- Oak Grove, Arkansas Oak Grove's position in Arkansas. Oak Grove, Arkansas Oak Grove, Arkansas (the United States)
- Coordinates: 35°21′34″N 92°57′35″W﻿ / ﻿35.35944°N 92.95972°W
- Country: United States
- State: Arkansas
- County: Pope
- Elevation: 551 ft (168 m)

Population (2020)
- • Total: 177
- Time zone: UTC-6 (Central (CST))
- • Summer (DST): UTC-5 (CDT)
- GNIS feature ID: 2805668

= Oak Grove, Pope County, Arkansas =

Oak Grove is an unincorporated community and census-designated place (CDP) in Moreland Township, Pope County, Arkansas, United States. It was first listed as a CDP in the 2020 census with a population of 177.

==Demographics==

Historical population
| Census | Pop. | Note | %± |
| 2020 | 177 |  | — |
U.S. Decennial Census 2020

===2020 census===

Oak Grove CDP, Arkansas – Demographic Profile (NH = Non-Hispanic) Note: the US Census treats Hispanic/Latino as an ethnic category.
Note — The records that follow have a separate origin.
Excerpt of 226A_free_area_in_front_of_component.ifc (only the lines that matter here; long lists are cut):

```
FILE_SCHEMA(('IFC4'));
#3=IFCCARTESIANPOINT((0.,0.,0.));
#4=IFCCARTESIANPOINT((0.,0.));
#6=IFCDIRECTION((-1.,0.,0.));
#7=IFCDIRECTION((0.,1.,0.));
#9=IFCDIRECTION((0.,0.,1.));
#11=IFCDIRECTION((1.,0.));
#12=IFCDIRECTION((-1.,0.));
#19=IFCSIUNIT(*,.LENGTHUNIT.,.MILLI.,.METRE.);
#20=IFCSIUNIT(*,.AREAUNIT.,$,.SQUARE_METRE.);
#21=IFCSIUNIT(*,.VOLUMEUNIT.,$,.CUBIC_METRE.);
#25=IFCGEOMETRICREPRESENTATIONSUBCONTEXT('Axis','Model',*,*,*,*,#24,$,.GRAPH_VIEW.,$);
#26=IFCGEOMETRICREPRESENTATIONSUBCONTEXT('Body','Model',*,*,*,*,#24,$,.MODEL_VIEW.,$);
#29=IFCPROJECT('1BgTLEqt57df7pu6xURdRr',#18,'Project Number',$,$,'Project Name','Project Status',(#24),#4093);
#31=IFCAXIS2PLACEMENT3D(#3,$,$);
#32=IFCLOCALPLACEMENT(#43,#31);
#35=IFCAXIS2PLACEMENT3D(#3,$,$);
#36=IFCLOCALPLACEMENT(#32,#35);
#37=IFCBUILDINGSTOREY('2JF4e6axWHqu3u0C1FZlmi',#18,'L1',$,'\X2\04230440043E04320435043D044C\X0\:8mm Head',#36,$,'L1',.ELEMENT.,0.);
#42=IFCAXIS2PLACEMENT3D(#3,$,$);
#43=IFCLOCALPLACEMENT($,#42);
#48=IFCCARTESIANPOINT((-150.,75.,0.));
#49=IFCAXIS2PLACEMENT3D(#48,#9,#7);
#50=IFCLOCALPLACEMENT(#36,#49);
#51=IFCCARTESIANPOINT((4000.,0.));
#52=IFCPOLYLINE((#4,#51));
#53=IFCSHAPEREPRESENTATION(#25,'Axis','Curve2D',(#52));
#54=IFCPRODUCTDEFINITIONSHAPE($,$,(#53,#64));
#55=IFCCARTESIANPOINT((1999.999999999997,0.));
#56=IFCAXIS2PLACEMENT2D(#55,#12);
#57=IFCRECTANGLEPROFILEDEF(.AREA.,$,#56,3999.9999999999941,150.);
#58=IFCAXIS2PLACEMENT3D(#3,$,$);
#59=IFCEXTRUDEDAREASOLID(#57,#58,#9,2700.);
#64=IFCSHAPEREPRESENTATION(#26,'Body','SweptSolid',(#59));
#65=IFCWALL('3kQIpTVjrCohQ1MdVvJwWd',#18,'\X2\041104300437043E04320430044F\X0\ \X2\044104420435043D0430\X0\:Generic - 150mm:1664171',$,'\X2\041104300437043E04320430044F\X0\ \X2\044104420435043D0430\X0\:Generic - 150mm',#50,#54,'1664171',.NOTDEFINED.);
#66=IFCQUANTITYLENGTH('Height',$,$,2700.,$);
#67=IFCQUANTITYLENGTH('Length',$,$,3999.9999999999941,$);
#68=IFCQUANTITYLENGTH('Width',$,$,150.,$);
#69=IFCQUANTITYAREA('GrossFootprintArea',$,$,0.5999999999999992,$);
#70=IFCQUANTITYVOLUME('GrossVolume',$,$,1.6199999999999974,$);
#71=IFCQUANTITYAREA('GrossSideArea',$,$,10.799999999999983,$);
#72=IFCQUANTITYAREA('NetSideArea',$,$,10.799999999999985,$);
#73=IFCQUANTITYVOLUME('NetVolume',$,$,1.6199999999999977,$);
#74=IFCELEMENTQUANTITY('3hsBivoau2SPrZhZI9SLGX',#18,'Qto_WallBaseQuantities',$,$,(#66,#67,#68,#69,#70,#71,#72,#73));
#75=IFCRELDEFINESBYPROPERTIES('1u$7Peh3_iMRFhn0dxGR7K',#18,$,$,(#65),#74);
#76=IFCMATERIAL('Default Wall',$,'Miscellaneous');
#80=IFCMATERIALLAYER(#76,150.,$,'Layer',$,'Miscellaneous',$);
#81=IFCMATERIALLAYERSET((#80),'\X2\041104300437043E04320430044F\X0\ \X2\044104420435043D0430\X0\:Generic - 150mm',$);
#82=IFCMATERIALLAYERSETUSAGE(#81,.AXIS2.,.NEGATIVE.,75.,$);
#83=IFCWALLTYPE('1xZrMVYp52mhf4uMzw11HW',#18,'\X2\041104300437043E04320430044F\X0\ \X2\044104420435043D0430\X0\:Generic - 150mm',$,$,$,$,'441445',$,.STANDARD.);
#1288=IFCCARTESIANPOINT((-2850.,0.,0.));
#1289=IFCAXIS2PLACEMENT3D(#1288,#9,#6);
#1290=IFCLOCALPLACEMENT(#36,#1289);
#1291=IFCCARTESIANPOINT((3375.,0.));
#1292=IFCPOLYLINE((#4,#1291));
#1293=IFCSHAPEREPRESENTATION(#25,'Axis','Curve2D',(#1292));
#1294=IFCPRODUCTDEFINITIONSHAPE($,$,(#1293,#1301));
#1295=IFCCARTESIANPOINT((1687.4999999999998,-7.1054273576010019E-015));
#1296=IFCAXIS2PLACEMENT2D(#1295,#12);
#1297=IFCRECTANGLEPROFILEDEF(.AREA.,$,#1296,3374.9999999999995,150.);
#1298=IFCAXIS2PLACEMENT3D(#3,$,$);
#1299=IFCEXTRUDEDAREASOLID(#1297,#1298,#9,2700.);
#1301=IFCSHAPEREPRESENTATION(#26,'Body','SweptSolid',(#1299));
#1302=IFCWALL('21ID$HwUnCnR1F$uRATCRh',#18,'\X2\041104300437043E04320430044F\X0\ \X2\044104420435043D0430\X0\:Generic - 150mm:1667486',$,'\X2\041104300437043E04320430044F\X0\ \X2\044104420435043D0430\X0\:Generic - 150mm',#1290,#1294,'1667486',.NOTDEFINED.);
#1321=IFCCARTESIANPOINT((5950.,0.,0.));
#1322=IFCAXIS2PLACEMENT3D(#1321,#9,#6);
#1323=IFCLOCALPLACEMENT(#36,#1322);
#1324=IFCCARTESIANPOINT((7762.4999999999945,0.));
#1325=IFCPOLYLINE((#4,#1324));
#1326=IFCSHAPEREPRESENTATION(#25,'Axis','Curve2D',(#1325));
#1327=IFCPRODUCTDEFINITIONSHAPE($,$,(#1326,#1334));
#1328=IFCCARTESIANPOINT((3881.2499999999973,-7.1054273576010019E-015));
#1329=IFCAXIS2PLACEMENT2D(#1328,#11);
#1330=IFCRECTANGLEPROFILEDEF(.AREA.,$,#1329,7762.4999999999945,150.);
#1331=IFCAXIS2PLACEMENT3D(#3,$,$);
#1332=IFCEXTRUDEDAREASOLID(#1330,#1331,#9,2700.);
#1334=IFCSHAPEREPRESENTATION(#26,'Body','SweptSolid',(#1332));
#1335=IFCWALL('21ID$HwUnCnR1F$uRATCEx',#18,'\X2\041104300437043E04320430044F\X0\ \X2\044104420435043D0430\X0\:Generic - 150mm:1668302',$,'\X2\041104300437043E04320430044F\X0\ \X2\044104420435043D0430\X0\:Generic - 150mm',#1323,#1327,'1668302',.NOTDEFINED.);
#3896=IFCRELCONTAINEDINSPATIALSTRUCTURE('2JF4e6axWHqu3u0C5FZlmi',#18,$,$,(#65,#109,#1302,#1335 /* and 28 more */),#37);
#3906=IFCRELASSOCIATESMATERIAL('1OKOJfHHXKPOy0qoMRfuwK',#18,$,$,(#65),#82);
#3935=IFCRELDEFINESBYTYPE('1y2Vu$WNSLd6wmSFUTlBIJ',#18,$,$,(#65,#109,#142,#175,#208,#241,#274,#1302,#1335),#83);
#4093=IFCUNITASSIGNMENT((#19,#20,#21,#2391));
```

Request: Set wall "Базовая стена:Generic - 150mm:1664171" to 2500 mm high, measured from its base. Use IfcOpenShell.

```python
import ifcopenshell
import ifcopenshell.api.pset
import ifcopenshell.geom
import ifcopenshell.util.element
import ifcopenshell.util.representation
import ifcopenshell.util.shape
import ifcopenshell.util.unit

model = ifcopenshell.open("226A_free_area_in_front_of_component.ifc")
unit_scale = ifcopenshell.util.unit.calculate_unit_scale(model)
area_scale = ifcopenshell.util.unit.calculate_unit_scale(model, "AREAUNIT")
volume_scale = ifcopenshell.util.unit.calculate_unit_scale(model, "VOLUMEUNIT")
settings = ifcopenshell.geom.settings()


def volume(element):
    """Net volume in cubic metres, openings subtracted."""
    shape = ifcopenshell.geom.create_shape(settings, element)
    return ifcopenshell.util.shape.get_volume(shape.geometry)


wall = model.by_guid("3kQIpTVjrCohQ1MdVvJwWd")
before = volume(wall)

body = ifcopenshell.util.representation.get_representation(wall, "Model", "Body")
solid = body.Items[0]
old_height = solid.Depth
solid.Depth = 2500.0
after = volume(wall)
thickness = 0.15  # wall thickness in metres

# Update the stored height, areas and volumes.
qto = model.by_id(ifcopenshell.util.element.get_pset(wall, "Qto_WallBaseQuantities", should_inherit=False)["id"])
ifcopenshell.api.pset.edit_qto(model, qto=qto, properties={
    "Height": solid.Depth,
    "GrossVolume": ifcopenshell.util.element.get_pset(wall, "Qto_WallBaseQuantities", "GrossVolume") * solid.Depth / old_height,
    "GrossSideArea": ifcopenshell.util.element.get_pset(wall, "Qto_WallBaseQuantities", "GrossSideArea") * solid.Depth / old_height,
    "NetSideArea": after / thickness / area_scale,
    "NetVolume": after / volume_scale,
})

print(f"height {old_height:g} -> {solid.Depth:g}, volume {before:.3f} -> {after:.3f} m3")

model.write("226A_free_area_in_front_of_component_rev.ifc")
```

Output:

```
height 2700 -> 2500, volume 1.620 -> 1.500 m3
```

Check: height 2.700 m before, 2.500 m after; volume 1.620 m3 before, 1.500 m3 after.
This table excludes Latinos from the racial categories and assigns them to a separate category. Hispanics/Latinos may be of any race.
| Race / Ethnicity | Pop 2020 | % 2020 |
|---|---|---|
| White alone (NH) | 148 | 83.62% |
| Black or African American alone (NH) | 0 | 0.00% |
| Native American or Alaska Native alone (NH) | 6 | 3.39% |
| Asian alone (NH) | 4 | 2.26% |
| Pacific Islander alone (NH) | 0 | 0.00% |
| Some Other Race alone (NH) | 0 | 0.00% |
| Mixed Race/Multi-Racial (NH) | 17 | 9.60% |
| Hispanic or Latino (any race) | 2 | 1.13% |
| Total | 177 | 100.00% |

==Education==
It is in the Atkins School District, which operates Atkins High School.